◆ Work instructions ◆
Please set down the records exactly, keeping every line.

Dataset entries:
+ + + + + + +

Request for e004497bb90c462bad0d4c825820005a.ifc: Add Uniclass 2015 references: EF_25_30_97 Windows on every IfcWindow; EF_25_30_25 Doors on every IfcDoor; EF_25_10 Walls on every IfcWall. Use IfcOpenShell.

First a look at what the model holds.

```python
import ifcopenshell

model = ifcopenshell.open("e004497bb90c462bad0d4c825820005a.ifc")
print(model.schema)
print("classifications:", [c.Name for c in model.by_type("IfcClassification")])
for ifc_class in ("IfcDoor", "IfcRoof", "IfcStair", "IfcWall", "IfcWindow"):
    print(ifc_class, len(model.by_type(ifc_class)))
```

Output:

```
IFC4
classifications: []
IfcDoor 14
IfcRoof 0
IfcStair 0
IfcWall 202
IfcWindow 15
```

```python
import ifcopenshell
import ifcopenshell.api.classification

model = ifcopenshell.open("e004497bb90c462bad0d4c825820005a.ifc")

system = ifcopenshell.api.classification.add_classification(model, classification="Uniclass 2015")

codes = {
    "IfcWindow": ("EF_25_30_97", "Windows"),
    "IfcDoor": ("EF_25_30_25", "Doors"),
    "IfcWall": ("EF_25_10", "Walls"),
}
for ifc_class, (code, name) in codes.items():
    products = model.by_type(ifc_class)
    ifcopenshell.api.classification.add_reference(
        model, products=products, classification=system, identification=code, name=name
    )
    print(code, len(products))

model.write("e004497bb90c462bad0d4c825820005a-out.ifc")
```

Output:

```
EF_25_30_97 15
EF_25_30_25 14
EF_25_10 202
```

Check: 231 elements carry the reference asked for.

+ + + + + + +

◆ Output of the task ◆
Request for e004497bb90c462bad0d4c825820005a.ifc: Add Uniclass 2015 references: EF_25_30_97 Windows on every IfcWindow; EF_25_30_25 Doors on every IfcDoor; EF_25_10 Walls on every IfcWall. Use IfcOpenShell.

First a look at what the model holds.

```python
import ifcopenshell

model = ifcopenshell.open("e004497bb90c462bad0d4c825820005a.ifc")
print(model.schema)
print("classifications:", [c.Name for c in model.by_type("IfcClassification")])
for ifc_class in ("IfcDoor", "IfcRoof", "IfcStair", "IfcWall", "IfcWindow"):
    print(ifc_class, len(model.by_type(ifc_class)))
```

Output:

```
IFC4
classifications: []
IfcDoor 14
IfcRoof 0
IfcStair 0
IfcWall 202
IfcWindow 15
```

```python
import ifcopenshell
import ifcopenshell.api.classification

model = ifcopenshell.open("e004497bb90c462bad0d4c825820005a.ifc")

system = ifcopenshell.api.classification.add_classification(model, classification="Uniclass 2015")

codes = {
    "IfcWindow": ("EF_25_30_97", "Windows"),
    "IfcDoor": ("EF_25_30_25", "Doors"),
    "IfcWall": ("EF_25_10", "Walls"),
}
for ifc_class, (code, name) in codes.items():
    products = model.by_type(ifc_class)
    ifcopenshell.api.classification.add_reference(
        model, products=products, classification=system, identification=code, name=name
    )
    print(code, len(products))

model.write("e004497bb90c462bad0d4c825820005a-out.ifc")
```

Output:

```
EF_25_30_97 15
EF_25_30_25 14
EF_25_10 202
```

Check: 231 elements carry the reference asked for.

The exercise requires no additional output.